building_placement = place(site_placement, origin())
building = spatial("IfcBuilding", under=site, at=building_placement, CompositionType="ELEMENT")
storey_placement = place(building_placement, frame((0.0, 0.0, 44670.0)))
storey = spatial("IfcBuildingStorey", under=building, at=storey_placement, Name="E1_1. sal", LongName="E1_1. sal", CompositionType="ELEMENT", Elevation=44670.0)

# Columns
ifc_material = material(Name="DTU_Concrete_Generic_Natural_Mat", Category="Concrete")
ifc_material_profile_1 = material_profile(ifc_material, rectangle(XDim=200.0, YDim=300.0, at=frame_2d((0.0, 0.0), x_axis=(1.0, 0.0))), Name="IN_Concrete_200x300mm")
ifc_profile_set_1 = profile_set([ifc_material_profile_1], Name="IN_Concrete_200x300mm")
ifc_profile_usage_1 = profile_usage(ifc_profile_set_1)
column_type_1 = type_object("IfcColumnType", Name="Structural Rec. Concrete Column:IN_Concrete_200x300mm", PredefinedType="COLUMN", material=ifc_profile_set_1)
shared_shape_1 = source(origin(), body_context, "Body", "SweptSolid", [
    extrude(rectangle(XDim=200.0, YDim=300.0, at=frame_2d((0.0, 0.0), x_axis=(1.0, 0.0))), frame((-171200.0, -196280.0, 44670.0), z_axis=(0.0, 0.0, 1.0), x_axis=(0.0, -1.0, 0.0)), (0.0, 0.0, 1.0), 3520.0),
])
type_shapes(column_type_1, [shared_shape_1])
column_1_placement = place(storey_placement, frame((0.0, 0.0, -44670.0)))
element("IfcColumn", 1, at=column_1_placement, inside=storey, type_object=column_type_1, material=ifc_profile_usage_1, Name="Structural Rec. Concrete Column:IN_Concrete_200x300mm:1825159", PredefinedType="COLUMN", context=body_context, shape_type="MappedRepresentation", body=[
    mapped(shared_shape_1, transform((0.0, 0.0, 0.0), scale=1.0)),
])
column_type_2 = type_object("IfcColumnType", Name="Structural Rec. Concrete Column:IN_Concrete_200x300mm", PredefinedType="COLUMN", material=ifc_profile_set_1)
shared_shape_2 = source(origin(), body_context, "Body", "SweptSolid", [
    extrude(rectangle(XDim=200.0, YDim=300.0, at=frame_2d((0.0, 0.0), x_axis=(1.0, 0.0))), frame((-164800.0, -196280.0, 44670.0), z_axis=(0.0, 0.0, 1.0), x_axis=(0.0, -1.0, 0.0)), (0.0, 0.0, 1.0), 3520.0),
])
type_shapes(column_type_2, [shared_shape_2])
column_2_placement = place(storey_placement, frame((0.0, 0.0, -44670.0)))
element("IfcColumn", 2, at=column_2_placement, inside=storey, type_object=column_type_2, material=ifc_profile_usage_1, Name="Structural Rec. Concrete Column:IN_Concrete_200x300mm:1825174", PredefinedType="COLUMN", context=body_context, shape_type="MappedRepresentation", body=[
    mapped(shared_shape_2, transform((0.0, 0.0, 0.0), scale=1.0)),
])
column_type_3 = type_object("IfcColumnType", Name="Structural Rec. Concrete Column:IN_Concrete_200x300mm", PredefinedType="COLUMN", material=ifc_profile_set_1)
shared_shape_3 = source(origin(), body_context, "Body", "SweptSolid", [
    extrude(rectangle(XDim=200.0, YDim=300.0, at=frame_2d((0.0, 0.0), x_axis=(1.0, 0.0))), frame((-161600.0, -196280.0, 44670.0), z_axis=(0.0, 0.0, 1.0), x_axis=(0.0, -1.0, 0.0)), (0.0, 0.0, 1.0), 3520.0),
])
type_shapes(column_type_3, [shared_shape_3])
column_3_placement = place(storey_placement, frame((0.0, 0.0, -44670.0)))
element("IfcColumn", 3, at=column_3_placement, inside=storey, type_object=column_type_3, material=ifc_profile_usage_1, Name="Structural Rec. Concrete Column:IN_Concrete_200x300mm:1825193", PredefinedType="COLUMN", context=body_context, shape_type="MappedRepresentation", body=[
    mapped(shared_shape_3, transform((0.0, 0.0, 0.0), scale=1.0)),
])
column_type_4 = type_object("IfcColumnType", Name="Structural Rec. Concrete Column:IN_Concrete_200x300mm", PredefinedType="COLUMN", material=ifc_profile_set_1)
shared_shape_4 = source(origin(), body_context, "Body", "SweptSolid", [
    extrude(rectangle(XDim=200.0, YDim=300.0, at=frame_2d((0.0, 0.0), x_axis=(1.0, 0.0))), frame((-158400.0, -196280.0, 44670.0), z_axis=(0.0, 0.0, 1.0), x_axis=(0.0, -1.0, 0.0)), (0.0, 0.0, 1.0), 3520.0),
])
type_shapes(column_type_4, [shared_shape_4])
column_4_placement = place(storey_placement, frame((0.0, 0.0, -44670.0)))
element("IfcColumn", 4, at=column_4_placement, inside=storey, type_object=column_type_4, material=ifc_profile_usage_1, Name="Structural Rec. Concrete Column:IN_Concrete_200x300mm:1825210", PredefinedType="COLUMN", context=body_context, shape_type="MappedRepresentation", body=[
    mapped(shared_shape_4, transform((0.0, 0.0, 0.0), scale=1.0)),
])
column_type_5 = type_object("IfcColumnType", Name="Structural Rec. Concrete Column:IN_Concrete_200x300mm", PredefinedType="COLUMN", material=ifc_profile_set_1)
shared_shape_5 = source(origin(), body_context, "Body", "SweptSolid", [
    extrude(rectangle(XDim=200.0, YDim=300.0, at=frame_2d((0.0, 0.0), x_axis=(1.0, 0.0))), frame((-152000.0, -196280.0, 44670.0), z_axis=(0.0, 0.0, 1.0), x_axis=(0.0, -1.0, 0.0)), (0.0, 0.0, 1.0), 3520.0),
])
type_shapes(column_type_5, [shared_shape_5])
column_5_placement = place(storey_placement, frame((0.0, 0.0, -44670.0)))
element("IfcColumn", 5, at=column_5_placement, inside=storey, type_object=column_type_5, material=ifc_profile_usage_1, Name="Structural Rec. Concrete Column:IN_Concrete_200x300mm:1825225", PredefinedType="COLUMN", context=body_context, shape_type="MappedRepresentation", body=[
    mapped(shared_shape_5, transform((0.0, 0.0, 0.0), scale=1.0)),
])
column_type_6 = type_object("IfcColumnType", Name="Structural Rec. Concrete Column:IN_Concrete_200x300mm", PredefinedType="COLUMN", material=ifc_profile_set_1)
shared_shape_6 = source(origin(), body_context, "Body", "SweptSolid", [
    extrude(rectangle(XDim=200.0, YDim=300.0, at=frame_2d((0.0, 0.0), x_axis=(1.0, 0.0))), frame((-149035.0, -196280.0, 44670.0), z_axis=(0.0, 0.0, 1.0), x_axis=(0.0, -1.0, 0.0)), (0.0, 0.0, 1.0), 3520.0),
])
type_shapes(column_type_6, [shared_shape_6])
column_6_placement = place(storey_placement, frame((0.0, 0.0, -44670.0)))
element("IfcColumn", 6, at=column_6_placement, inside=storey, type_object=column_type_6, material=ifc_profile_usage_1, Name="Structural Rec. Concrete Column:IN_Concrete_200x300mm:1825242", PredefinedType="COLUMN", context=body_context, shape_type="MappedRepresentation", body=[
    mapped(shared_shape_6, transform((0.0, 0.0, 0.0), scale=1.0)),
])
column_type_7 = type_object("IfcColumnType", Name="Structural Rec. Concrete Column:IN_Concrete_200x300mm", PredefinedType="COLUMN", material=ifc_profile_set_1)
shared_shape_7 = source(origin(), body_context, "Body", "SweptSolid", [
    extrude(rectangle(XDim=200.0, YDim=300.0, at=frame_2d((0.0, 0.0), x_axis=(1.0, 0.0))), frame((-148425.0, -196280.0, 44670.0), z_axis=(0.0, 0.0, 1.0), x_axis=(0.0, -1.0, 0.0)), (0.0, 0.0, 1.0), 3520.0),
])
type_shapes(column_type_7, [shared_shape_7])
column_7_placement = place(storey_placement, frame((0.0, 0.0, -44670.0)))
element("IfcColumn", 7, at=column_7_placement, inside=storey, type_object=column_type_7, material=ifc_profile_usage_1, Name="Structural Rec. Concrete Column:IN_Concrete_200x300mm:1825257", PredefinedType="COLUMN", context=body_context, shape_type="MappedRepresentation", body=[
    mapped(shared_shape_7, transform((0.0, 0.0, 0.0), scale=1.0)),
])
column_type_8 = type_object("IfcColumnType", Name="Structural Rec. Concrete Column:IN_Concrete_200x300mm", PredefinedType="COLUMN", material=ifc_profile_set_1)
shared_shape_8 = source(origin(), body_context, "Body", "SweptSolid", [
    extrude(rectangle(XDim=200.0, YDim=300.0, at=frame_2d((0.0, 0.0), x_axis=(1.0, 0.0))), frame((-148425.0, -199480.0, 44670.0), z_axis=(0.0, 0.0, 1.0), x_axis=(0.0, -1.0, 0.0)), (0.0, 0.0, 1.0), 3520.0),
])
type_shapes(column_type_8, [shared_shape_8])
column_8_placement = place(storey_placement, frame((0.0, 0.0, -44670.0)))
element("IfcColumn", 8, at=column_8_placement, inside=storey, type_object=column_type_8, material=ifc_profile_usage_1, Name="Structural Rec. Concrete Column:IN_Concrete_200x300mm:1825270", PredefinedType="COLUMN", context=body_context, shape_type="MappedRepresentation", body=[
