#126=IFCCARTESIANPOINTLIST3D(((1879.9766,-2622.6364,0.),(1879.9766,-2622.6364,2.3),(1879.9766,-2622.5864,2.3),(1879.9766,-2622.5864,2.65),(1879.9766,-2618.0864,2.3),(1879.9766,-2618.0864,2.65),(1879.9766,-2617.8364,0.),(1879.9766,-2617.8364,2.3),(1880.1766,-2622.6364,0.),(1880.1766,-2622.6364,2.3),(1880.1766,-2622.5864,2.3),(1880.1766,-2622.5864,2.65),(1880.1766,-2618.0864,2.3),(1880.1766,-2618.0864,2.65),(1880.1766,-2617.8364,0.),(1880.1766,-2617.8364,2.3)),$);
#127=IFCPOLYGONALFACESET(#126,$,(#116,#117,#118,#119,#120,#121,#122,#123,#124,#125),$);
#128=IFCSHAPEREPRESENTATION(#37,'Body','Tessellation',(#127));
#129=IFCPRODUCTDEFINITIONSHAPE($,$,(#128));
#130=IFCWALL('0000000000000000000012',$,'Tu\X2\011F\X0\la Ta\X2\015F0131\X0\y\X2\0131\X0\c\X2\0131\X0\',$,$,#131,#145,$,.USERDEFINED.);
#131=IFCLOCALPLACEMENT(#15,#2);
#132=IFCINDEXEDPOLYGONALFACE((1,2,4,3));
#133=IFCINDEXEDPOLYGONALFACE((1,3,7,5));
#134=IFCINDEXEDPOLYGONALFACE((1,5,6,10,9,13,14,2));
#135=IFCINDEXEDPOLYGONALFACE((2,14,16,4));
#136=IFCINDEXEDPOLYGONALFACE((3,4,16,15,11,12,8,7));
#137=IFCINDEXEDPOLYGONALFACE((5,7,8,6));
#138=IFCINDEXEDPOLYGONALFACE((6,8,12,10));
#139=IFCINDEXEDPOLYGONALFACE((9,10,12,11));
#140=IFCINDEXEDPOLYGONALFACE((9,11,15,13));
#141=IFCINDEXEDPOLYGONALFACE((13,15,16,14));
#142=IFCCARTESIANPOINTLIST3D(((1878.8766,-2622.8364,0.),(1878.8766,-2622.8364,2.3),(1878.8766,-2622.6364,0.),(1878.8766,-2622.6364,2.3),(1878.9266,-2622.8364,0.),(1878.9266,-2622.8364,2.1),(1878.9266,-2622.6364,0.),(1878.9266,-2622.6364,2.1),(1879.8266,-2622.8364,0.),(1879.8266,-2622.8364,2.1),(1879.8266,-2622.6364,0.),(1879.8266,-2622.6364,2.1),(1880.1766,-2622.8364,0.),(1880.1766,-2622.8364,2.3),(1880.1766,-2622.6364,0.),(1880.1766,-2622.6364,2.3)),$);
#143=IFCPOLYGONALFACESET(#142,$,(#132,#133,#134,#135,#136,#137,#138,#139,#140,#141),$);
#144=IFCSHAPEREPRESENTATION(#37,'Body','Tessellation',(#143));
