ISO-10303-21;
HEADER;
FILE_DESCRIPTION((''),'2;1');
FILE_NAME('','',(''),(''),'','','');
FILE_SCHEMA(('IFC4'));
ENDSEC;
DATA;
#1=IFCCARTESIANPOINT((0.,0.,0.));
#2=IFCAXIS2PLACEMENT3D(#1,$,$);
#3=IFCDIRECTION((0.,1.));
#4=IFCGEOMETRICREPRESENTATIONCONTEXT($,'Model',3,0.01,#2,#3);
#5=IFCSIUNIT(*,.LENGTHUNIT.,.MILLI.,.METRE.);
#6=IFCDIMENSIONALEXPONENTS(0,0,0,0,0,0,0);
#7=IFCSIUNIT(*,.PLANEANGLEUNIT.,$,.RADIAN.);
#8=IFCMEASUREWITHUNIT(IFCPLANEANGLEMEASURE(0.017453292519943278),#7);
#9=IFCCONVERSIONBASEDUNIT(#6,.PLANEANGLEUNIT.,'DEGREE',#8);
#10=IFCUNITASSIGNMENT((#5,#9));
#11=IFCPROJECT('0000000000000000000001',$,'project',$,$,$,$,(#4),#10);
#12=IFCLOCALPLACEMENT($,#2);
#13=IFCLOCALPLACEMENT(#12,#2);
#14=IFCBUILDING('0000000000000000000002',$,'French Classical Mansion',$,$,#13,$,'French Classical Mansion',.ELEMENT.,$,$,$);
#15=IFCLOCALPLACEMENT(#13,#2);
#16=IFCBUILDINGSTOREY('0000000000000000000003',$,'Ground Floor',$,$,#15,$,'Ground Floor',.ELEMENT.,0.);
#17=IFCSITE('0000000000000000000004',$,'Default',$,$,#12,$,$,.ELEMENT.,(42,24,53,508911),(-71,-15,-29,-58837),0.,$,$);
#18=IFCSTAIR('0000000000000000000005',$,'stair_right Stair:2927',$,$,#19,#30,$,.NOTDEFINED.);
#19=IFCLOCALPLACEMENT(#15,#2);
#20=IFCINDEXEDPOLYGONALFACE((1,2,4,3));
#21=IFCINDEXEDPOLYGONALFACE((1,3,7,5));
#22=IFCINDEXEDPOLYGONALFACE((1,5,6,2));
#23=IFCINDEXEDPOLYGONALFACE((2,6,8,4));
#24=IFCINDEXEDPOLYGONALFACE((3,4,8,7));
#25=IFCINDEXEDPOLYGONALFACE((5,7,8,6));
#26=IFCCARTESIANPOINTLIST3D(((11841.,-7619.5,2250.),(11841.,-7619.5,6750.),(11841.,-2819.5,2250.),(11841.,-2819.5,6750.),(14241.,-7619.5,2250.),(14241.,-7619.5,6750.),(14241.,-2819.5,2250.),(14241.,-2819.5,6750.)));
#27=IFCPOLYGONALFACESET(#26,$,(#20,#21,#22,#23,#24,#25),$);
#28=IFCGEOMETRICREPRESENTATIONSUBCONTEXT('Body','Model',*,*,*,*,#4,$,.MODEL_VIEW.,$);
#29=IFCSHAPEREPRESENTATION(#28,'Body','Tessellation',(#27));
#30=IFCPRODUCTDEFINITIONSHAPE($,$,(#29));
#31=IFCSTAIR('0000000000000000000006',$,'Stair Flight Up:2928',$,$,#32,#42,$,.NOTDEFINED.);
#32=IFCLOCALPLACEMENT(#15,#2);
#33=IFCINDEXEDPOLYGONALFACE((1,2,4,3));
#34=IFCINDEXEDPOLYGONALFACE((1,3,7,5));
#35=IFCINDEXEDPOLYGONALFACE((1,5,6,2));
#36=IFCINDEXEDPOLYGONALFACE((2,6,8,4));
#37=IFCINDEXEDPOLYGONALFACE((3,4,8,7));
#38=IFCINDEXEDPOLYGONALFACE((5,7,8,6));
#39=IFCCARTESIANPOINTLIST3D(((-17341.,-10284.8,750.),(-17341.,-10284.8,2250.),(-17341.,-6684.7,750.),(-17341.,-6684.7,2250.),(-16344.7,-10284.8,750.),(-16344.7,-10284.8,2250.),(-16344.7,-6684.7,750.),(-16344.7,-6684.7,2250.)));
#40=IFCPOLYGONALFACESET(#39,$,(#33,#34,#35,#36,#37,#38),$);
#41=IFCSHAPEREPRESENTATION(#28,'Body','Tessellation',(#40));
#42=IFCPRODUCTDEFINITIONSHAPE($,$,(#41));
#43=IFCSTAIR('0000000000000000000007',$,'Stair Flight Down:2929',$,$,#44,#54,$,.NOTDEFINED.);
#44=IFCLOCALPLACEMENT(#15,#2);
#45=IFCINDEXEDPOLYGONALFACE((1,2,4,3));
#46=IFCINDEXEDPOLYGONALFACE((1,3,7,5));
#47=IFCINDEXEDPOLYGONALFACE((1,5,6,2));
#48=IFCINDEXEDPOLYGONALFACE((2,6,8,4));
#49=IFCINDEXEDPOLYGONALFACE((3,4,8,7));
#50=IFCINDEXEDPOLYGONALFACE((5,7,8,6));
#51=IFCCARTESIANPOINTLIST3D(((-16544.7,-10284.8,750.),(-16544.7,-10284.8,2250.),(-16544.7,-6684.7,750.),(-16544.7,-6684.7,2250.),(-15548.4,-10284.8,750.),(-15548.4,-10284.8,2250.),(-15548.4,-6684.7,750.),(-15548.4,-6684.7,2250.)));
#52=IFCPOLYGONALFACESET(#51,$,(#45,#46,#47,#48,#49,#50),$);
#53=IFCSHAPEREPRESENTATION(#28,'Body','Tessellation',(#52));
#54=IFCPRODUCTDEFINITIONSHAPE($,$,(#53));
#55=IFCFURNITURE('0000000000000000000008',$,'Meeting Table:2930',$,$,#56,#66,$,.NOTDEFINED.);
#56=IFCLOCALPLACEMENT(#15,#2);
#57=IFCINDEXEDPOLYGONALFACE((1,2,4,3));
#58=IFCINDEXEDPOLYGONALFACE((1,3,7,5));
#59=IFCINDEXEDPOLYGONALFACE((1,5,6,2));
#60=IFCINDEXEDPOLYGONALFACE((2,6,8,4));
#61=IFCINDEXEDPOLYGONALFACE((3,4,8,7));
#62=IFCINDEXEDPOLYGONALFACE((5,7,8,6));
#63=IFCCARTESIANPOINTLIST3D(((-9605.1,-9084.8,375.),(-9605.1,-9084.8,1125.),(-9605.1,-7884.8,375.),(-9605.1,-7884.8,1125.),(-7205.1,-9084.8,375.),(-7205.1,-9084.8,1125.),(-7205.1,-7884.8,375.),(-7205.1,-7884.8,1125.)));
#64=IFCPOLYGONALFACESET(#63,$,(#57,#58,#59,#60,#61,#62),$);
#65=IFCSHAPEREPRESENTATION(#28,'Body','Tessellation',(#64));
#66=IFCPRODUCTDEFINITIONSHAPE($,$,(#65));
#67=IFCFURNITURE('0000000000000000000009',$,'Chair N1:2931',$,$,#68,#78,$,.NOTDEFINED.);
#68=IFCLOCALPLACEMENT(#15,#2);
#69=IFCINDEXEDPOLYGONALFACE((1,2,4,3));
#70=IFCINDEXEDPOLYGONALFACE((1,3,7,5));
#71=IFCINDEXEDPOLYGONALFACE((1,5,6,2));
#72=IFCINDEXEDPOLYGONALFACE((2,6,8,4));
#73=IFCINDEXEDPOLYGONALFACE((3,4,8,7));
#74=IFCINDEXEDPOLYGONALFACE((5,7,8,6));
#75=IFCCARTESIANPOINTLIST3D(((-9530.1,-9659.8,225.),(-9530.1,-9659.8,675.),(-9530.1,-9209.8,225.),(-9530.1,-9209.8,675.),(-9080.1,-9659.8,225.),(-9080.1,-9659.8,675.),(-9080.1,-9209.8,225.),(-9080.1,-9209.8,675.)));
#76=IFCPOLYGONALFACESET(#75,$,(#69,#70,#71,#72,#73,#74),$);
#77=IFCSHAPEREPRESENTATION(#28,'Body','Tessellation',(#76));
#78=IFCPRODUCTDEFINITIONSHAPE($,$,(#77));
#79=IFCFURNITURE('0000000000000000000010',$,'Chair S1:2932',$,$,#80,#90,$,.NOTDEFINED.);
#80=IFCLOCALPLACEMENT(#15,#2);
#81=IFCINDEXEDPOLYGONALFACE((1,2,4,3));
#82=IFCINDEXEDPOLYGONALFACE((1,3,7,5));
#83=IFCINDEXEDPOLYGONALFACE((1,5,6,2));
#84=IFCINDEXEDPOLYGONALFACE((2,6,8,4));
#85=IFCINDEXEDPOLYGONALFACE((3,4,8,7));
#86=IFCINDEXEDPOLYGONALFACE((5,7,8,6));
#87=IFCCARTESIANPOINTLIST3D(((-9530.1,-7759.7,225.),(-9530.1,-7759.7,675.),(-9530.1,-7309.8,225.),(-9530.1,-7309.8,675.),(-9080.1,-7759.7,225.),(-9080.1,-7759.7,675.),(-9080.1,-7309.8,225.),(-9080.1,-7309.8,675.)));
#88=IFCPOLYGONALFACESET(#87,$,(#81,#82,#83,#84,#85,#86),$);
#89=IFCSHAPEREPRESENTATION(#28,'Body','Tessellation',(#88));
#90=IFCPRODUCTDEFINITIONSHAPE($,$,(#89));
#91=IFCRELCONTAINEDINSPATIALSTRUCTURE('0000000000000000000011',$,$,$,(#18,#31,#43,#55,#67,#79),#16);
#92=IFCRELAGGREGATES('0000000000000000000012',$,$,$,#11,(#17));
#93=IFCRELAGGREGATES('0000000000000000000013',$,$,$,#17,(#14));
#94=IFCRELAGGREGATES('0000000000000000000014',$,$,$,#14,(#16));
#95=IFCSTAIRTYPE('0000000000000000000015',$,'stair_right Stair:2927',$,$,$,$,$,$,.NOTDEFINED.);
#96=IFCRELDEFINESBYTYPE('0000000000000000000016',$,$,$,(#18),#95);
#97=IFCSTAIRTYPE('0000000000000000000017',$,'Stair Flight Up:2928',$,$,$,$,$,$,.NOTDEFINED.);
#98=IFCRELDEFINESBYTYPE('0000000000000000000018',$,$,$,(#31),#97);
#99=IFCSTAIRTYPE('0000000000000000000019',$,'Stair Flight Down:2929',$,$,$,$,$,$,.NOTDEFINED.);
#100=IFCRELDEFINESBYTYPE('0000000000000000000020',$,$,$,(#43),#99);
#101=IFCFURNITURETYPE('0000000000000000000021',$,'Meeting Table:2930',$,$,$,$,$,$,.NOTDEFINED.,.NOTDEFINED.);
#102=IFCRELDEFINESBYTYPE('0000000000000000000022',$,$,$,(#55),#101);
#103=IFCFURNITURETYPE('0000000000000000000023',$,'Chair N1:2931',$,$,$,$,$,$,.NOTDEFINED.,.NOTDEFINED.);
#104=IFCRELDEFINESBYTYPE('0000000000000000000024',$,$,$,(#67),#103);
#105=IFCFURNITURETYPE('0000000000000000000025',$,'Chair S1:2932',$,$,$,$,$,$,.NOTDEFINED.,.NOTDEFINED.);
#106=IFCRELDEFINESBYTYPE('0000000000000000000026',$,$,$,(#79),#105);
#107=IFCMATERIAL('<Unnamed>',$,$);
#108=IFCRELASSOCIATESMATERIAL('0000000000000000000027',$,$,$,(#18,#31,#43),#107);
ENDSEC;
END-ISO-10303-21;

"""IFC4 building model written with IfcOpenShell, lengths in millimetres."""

from ifc_helpers import new_model, entity, si_unit, converted_unit, direction, frame, frame_2d, origin, origin_2d_with_axis, place, context, subcontext, project, spatial, rectangle, extrude, material, type_object, element, save


model = new_model("IFC4")

# Units and contexts
model_context = context("Model", 3, precision=0.01, world=origin(), true_north=direction((0.0, 1.0)))
body_context = subcontext(model_context, "Body", "Model", "MODEL_VIEW")
ifc_project = project(units=[si_unit("LENGTHUNIT", "METRE", prefix="MILLI"), converted_unit("PLANEANGLEUNIT", "DEGREE", entity("IfcPlaneAngleMeasure", 0.017453292519943278), si_unit("PLANEANGLEUNIT", "RADIAN"), dimensions=[0, 0, 0, 0, 0, 0, 0])], contexts=[model_context])

# Site, building, storey
site_placement = place(None, origin())
site = spatial("IfcSite", under=ifc_project, at=site_placement, Name="Default", CompositionType="ELEMENT", RefLatitude=(42, 24, 53, 508911), RefLongitude=(-71, -15, -29, -58837), RefElevation=0.0)
building_placement = place(site_placement, origin())
building = spatial("IfcBuilding", under=site, at=building_placement, Name="French Classical Mansion", LongName="French Classical Mansion", CompositionType="ELEMENT")
storey_placement = place(building_placement, origin())
storey = spatial("IfcBuildingStorey", under=building, at=storey_placement, Name="Ground Floor", LongName="Ground Floor", CompositionType="ELEMENT", Elevation=0.0)

# Shared definitions
ifc_material_1 = material(Name="<Unnamed>")

# Stairs
stair_type_1 = type_object("IfcStairType", Name="stair_right Stair:2927", PredefinedType="NOTDEFINED")
stair_1_placement = place(storey_placement, origin())
element("IfcStair", 1, at=stair_1_placement, inside=storey, type_object=stair_type_1, material=ifc_material_1, Name="stair_right Stair:2927", PredefinedType="NOTDEFINED", context=body_context, shape_type="SweptSolid", body=[
    extrude(rectangle(XDim=2400.0, YDim=4800.0, at=origin_2d_with_axis()), frame((13041.0, -5219.5, 2250.0)), (0.0, 0.0, 1.0), 4500.0),
])
stair_type_2 = type_object("IfcStairType", Name="Stair Flight Up:2928", PredefinedType="NOTDEFINED")
stair_2_placement = place(storey_placement, origin())
element("IfcStair", 2, at=stair_2_placement, inside=storey, type_object=stair_type_2, material=ifc_material_1, Name="Stair Flight Up:2928", PredefinedType="NOTDEFINED", context=body_context, shape_type="SweptSolid", body=[
    extrude(rectangle(XDim=996.3, YDim=3600.0, at=frame_2d((0.0, 0.0), x_axis=(1.0, 0.0))), frame((-16842.8, -8484.8, 750.0)), (0.0, 0.0, 1.0), 1500.0),
])
stair_type_3 = type_object("IfcStairType", Name="Stair Flight Down:2929", PredefinedType="NOTDEFINED")
stair_3_placement = place(storey_placement, origin())
element("IfcStair", 3, at=stair_3_placement, inside=storey, type_object=stair_type_3, material=ifc_material_1, Name="Stair Flight Down:2929", PredefinedType="NOTDEFINED", context=body_context, shape_type="SweptSolid", body=[
    extrude(rectangle(XDim=996.3, YDim=3600.0, at=frame_2d((0.0, 0.0), x_axis=(1.0, 0.0))), frame((-16046.5, -8484.8, 750.0)), (0.0, 0.0, 1.0), 1500.0),
])

# Furniture
furniture_type_1 = type_object("IfcFurnitureType", Name="Meeting Table:2930", PredefinedType="NOTDEFINED")
furniture_1_placement = place(storey_placement, origin())
element("IfcFurniture", 4, at=furniture_1_placement, inside=storey, type_object=furniture_type_1, Name="Meeting Table:2930", PredefinedType="NOTDEFINED", context=body_context, shape_type="SweptSolid", body=[
    extrude(rectangle(XDim=2400.0, YDim=1200.0, at=origin_2d_with_axis()), frame((-8405.1, -8484.8, 375.0)), (0.0, 0.0, 1.0), 750.0),
])
furniture_type_2 = type_object("IfcFurnitureType", Name="Chair N1:2931", PredefinedType="NOTDEFINED")
furniture_2_placement = place(storey_placement, origin())
element("IfcFurniture", 5, at=furniture_2_placement, inside=storey, type_object=furniture_type_2, Name="Chair N1:2931", PredefinedType="NOTDEFINED", context=body_context, shape_type="SweptSolid", body=[
    extrude(rectangle(XDim=450.0, YDim=450.0, at=frame_2d((0.0, 0.0), x_axis=(1.0, 0.0))), frame((-9305.1, -9434.8, 225.0)), (0.0, 0.0, 1.0), 450.0),
])
furniture_type_3 = type_object("IfcFurnitureType", Name="Chair S1:2932", PredefinedType="NOTDEFINED")
furniture_3_placement = place(storey_placement, origin())
element("IfcFurniture", 6, at=furniture_3_placement, inside=storey, type_object=furniture_type_3, Name="Chair S1:2932", PredefinedType="NOTDEFINED", context=body_context, shape_type="SweptSolid", body=[
    extrude(rectangle(XDim=450.0, YDim=450.0, at=origin_2d_with_axis()), frame((-9305.1, -7534.8, 225.0)), (0.0, 0.0, 1.0), 450.0),
])

save(model, "model.ifc")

WHAT YOU ARE ASKED TO DO -> The answer should consist of the lines from the first line of the entries through the line with "frame((0.0, 0.0, 44670.0)))", copied exactly.

SOLUTION FOR THIS TASK ->
building_placement = place(site_placement, origin())
building = spatial("IfcBuilding", under=site, at=building_placement, CompositionType="ELEMENT")
storey_placement = place(building_placement, frame((0.0, 0.0, 44670.0)))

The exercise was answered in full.